Problem: A single number is needed: how many lines of the data below contain "IFCEXTRUDEDAREASOLID".

--*--

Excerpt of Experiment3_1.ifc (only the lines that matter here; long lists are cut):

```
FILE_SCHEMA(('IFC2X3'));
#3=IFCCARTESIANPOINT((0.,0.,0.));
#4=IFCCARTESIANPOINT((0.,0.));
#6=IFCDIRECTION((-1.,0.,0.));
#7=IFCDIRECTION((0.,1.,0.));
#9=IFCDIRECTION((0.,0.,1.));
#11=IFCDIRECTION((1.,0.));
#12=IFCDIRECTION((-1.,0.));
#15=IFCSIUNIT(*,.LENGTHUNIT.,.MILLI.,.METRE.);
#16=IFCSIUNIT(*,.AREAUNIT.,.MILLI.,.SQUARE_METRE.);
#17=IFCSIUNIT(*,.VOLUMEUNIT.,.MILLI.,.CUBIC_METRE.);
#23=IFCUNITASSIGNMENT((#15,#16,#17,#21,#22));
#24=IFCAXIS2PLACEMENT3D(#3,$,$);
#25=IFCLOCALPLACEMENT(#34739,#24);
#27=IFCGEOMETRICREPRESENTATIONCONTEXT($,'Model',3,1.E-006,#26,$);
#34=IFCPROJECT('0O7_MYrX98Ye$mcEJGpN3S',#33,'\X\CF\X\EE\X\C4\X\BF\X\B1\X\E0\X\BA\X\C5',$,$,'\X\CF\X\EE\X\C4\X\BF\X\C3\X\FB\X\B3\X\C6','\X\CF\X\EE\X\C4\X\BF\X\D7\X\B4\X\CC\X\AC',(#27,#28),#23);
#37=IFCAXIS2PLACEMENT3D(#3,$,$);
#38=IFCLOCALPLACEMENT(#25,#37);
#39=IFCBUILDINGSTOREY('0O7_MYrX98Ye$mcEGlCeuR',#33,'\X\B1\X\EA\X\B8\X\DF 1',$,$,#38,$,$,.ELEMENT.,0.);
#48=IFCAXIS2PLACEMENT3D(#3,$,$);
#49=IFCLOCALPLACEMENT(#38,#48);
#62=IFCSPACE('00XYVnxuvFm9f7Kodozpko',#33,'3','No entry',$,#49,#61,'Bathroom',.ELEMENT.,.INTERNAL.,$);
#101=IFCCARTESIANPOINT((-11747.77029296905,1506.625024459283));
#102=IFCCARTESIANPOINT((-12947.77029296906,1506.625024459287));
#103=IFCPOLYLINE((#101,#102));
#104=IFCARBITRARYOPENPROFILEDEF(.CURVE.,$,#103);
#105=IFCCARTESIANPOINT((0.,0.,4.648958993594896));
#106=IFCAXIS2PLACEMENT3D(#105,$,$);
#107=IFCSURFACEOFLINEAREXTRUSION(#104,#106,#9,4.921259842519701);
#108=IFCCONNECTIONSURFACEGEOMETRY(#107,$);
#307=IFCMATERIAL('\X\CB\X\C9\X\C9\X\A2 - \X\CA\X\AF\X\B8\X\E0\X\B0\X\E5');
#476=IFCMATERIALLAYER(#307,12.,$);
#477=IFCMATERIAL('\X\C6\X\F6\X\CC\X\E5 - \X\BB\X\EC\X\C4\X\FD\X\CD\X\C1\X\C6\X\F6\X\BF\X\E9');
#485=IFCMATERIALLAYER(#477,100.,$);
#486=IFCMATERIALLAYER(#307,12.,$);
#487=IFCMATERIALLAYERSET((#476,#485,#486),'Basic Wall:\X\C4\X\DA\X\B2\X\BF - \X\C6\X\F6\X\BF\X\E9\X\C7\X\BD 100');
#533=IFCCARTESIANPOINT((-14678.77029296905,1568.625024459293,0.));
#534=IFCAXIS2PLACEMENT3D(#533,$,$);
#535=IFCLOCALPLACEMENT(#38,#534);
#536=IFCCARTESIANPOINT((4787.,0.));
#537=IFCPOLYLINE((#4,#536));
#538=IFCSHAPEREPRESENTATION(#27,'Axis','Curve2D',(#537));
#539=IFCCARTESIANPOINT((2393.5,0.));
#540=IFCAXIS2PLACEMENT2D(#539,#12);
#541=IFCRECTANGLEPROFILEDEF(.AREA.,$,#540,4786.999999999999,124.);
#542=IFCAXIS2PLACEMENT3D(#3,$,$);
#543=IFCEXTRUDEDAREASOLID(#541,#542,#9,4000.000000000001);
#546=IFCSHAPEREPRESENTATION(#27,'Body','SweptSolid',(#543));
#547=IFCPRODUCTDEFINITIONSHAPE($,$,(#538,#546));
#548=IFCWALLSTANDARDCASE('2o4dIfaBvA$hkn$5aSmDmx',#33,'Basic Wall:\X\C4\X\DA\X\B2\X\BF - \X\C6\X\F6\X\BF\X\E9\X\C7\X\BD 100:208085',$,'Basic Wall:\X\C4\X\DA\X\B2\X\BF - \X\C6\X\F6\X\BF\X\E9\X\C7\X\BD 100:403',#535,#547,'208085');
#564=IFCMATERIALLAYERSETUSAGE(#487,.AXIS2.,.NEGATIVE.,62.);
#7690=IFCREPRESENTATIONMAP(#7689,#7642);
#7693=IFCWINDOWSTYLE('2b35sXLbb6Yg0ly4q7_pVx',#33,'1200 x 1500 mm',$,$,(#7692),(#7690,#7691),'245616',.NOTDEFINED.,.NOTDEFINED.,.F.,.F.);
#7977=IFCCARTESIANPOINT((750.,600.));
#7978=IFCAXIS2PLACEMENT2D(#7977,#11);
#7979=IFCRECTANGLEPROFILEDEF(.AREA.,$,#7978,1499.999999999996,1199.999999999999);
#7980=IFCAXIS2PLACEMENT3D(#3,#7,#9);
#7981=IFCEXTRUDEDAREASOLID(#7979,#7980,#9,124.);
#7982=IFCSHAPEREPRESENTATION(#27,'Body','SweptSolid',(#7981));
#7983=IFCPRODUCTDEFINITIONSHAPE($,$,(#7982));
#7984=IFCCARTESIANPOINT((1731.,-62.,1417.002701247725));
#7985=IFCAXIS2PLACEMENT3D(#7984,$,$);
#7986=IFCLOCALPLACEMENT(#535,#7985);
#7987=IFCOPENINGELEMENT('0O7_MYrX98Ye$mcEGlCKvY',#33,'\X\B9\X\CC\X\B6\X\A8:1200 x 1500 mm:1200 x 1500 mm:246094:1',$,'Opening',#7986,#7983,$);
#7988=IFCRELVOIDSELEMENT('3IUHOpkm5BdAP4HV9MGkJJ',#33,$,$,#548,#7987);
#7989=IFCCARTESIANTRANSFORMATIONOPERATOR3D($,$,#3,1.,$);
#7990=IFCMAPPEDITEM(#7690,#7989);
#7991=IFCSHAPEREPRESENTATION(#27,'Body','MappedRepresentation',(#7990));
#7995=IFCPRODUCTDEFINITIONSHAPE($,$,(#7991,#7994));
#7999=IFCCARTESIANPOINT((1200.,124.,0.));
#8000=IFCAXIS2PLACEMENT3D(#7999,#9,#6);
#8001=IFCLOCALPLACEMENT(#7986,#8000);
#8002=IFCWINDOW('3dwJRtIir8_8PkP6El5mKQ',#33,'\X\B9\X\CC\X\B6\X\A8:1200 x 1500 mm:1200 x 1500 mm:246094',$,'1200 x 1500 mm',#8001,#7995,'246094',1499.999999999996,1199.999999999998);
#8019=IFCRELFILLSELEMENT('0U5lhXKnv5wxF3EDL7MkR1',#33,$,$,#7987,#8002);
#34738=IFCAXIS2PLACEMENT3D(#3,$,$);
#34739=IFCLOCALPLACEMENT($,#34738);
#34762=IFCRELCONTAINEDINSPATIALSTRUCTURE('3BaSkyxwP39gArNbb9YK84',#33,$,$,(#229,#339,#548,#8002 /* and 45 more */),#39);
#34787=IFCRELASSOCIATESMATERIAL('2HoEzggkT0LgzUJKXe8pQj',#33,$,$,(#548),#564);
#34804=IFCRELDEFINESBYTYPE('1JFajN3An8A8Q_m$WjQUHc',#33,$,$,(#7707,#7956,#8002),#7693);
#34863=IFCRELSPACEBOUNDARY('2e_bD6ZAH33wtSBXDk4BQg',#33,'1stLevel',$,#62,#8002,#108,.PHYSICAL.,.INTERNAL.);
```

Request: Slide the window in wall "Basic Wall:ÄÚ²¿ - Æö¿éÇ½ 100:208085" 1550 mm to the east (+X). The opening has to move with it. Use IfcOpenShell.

```python
import numpy as np
import ifcopenshell
import ifcopenshell.api.geometry
import ifcopenshell.util.placement

model = ifcopenshell.open("Experiment3_1.ifc")

window = model.by_guid("3dwJRtIir8_8PkP6El5mKQ")
opening = window.FillsVoids[0].RelatingOpeningElement
wall = opening.VoidsElements[0].RelatingBuildingElement

wall_matrix = ifcopenshell.util.placement.get_local_placement(wall.ObjectPlacement)
shift = wall_matrix[:3, 0] * 1550.0
before = ifcopenshell.util.placement.get_local_placement(window.ObjectPlacement)[:3, 3].copy()

# The window is placed relative to its opening, so it follows when the opening moves.
matrix = ifcopenshell.util.placement.get_local_placement(opening.ObjectPlacement)
matrix[:3, 3] += shift
ifcopenshell.api.geometry.edit_object_placement(
    model, product=opening, matrix=matrix, is_si=False, should_transform_children=True
)

# Space boundary surfaces are stored in each space's coordinates; move them too.
for rel in window.ProvidesBoundaries:
    if not rel.ConnectionGeometry:
        continue
    surface = rel.ConnectionGeometry.SurfaceOnRelatingElement
    space_matrix = ifcopenshell.util.placement.get_local_placement(rel.RelatingSpace.ObjectPlacement)
    point = np.array(surface.Position.Location.Coordinates) + space_matrix[:3, :3].T @ shift
    surface.Position = model.createIfcAxis2Placement3D(
        model.createIfcCartesianPoint(point.tolist()), surface.Position.Axis, surface.Position.RefDirection
    )

after = ifcopenshell.util.placement.get_local_placement(window.ObjectPlacement)[:3, 3]
print("window moved by", (after - before).round(3) + 0.0)

model.write("Experiment3_1_v2.ifc")
```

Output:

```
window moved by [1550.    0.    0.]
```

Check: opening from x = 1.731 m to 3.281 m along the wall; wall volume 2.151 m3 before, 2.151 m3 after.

--*--

Answer area: 2